RealtyTrac, an online marketer of foreclosed homes, says that foreclosure filings climbed in 75% of the nation's metro areas during the first half of 2010.
California, Florida, Arizona and Nevada continue to lead the nation in the rate of foreclosures. Las Vegas was the worst-hit city.
According to spokesman Rick Sharga, unemployment has replaced toxic mortgages as the leading cause of foreclosures throughout the country. "Las Vegas has seamlessly shifted from having a high level of foreclosures due to bad loans," said Sharga, "to defaults caused by a high level of unemployment." Some 14.5% of its work force was idle in June, up +2.1 points from last June. Las Vegas had 1 filing for every 15 households in the metro area.
The second highest rate was in Cape Coral/Fort Myers, Fla., with 1 for every 20 households. Two California cities, Modesto and Merced, tied for third with one filing for every 22 households. One in every 48 Salt Lake City households filed foreclosure notices during the first six months of 2010, a +55% increase over the same period in 2009.

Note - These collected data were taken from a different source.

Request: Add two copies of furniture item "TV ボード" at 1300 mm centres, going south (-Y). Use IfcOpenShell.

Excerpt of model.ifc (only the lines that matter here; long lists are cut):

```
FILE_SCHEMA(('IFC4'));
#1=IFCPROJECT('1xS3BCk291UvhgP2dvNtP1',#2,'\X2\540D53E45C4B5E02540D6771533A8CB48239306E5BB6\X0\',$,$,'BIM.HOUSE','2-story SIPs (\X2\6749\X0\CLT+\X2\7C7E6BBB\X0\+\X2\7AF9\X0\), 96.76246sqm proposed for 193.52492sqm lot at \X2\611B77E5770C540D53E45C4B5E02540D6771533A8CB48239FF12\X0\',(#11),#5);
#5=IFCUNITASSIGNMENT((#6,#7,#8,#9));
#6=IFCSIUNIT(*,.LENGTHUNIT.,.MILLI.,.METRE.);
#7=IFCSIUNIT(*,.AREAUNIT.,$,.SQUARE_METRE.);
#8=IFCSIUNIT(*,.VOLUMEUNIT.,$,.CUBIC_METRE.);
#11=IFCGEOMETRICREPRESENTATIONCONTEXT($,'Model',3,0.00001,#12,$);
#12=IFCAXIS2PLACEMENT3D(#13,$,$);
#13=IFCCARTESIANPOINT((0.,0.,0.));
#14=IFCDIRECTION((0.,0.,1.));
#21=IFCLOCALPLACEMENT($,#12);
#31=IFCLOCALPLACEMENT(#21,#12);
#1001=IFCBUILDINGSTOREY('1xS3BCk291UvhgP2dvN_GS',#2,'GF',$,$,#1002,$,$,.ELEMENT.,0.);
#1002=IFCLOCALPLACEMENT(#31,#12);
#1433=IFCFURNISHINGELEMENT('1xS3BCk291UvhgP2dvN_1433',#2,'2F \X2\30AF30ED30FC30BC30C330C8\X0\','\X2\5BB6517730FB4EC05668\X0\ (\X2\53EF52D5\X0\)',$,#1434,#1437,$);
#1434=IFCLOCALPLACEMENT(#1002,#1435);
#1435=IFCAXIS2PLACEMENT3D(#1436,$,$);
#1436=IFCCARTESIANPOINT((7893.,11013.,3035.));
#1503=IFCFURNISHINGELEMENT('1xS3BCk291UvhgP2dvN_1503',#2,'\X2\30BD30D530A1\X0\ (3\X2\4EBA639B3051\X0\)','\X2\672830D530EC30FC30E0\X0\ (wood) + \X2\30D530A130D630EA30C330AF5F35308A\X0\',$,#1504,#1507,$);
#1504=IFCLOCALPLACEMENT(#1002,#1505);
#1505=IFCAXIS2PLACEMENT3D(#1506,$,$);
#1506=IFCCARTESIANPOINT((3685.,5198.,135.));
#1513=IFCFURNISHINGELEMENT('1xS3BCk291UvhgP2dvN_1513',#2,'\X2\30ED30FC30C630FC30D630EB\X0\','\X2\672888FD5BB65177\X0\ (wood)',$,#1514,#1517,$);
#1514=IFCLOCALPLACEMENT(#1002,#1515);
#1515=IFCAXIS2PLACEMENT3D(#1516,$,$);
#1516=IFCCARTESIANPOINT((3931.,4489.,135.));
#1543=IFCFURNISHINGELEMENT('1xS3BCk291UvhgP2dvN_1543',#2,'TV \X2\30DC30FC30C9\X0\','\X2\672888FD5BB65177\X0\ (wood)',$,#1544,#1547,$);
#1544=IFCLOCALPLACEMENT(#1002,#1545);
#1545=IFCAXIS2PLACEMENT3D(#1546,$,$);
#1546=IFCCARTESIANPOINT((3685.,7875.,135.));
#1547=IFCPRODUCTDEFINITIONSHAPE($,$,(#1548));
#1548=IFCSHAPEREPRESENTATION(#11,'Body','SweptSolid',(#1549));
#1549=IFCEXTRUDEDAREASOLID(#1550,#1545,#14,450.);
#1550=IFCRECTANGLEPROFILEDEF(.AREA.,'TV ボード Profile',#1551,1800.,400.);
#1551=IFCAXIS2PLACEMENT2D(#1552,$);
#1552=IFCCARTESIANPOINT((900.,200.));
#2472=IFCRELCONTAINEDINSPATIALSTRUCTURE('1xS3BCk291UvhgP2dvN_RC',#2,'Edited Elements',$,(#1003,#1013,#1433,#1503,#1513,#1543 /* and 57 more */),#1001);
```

```python
import numpy as np
import ifcopenshell
import ifcopenshell.api.geometry
import ifcopenshell.api.root
import ifcopenshell.util.element
import ifcopenshell.util.placement

model = ifcopenshell.open("model.ifc")


def reuse_history(source, copy):
    """copy_class also copies each property set's owner history, people and application; keep the originals."""
    for rel in copy.IsDefinedBy:
        if rel.is_a("IfcRelDefinesByProperties") and (history := rel.RelatingPropertyDefinition.OwnerHistory):
            rel.RelatingPropertyDefinition.OwnerHistory = source.OwnerHistory
            ifcopenshell.util.element.remove_deep2(model, history)


source = model.by_guid("1xS3BCk291UvhgP2dvN_1543")
base = ifcopenshell.util.placement.get_local_placement(source.ObjectPlacement)
step = np.array([0.0, -1.0, 0.0]) * 1300.0

for i in range(1, 3):
    copy = ifcopenshell.api.root.copy_class(model, product=source)
    copy.Representation = ifcopenshell.util.element.copy_deep(
        model, source.Representation, exclude=["IfcGeometricRepresentationContext", "IfcRepresentationMap"]
    )
    reuse_history(source, copy)
    matrix = base.copy()
    matrix[:3, 3] += i * step
    print("added at", matrix[:3, 3].round(3) + 0.0)
    ifcopenshell.api.geometry.edit_object_placement(model, product=copy, matrix=matrix, is_si=False)

model.write("model_rev.ifc")
```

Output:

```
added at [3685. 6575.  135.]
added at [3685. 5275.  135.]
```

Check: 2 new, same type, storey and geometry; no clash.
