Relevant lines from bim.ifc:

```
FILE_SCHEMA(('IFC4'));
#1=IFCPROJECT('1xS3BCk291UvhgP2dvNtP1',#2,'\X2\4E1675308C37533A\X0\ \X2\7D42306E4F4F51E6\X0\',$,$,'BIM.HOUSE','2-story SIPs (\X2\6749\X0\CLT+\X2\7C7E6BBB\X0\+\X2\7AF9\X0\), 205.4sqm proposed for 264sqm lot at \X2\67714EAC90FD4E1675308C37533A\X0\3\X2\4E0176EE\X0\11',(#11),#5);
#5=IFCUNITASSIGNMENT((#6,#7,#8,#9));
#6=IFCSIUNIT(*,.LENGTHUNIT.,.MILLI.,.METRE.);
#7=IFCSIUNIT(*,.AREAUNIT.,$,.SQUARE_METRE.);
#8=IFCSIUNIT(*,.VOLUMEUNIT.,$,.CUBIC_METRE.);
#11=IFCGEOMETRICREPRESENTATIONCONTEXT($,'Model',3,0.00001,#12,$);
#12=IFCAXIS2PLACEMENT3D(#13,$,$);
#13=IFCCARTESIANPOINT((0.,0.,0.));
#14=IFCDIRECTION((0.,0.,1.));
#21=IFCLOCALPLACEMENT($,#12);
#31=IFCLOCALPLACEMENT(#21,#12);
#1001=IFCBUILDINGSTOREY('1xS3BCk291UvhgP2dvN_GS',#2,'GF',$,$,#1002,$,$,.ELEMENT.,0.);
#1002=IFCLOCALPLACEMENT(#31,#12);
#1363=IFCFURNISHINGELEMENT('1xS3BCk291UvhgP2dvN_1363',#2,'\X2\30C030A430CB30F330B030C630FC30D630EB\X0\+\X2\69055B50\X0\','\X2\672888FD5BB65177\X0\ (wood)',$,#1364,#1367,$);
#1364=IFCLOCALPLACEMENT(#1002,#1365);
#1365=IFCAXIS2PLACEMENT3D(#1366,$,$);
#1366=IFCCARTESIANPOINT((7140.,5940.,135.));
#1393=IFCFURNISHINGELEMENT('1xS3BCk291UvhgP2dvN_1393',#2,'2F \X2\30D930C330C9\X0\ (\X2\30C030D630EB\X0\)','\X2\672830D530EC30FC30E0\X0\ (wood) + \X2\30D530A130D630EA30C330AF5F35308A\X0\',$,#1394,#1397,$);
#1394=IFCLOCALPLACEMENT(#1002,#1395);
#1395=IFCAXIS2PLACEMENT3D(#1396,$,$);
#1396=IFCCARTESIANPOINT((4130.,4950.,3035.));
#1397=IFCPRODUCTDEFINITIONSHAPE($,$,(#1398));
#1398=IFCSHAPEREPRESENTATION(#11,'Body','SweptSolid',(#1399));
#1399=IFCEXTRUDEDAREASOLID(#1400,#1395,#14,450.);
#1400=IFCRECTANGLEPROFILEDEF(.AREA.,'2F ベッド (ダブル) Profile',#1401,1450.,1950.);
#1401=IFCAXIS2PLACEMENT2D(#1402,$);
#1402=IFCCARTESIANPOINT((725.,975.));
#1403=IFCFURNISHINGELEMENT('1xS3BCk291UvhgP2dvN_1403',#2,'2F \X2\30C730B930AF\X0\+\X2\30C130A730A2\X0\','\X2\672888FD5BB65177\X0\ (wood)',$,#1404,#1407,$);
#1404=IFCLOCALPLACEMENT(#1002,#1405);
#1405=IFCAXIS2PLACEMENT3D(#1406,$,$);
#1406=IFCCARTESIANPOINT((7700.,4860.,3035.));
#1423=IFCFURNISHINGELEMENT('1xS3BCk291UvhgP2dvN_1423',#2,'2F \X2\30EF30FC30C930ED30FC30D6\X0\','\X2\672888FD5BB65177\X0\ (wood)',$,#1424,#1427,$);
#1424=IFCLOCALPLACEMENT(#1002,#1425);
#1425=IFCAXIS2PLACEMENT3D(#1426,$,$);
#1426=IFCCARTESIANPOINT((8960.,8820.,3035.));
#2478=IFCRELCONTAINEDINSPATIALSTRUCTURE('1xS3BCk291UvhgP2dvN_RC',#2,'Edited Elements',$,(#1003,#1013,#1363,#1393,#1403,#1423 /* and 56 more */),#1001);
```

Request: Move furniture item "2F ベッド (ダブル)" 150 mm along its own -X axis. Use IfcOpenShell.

```python
import ifcopenshell
import ifcopenshell.api.geometry
import ifcopenshell.util.placement
import ifcopenshell.util.unit

model = ifcopenshell.open("bim.ifc")
unit_scale = ifcopenshell.util.unit.calculate_unit_scale(model)

item = model.by_guid("1xS3BCk291UvhgP2dvN_1393")
matrix = ifcopenshell.util.placement.get_local_placement(item.ObjectPlacement)
matrix[:3, 3] -= matrix[:3, 0] * 0.15 / unit_scale
ifcopenshell.api.geometry.edit_object_placement(model, product=item, matrix=matrix, is_si=False)

print(ifcopenshell.util.placement.get_local_placement(item.ObjectPlacement).round(3) + 0.0)

model.write("bim_edited.ifc")
```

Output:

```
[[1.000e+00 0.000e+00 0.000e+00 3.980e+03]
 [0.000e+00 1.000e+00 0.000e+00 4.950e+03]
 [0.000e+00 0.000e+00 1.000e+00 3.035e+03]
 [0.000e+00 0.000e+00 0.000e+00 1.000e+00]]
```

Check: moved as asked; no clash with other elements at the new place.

Besides Salt Lake City, other metro areas where foreclosures have soared primarily due to the economy include Chicago, which saw filings climb +23% year-over-year to 1 in every 48 households. Charleston, S.C.'s, rate climbed +17% to 1 in every 68 homes, while Albuquerque saw a +157% jump in filings to 1 in 80 households. Each of these cities has rising unemployment.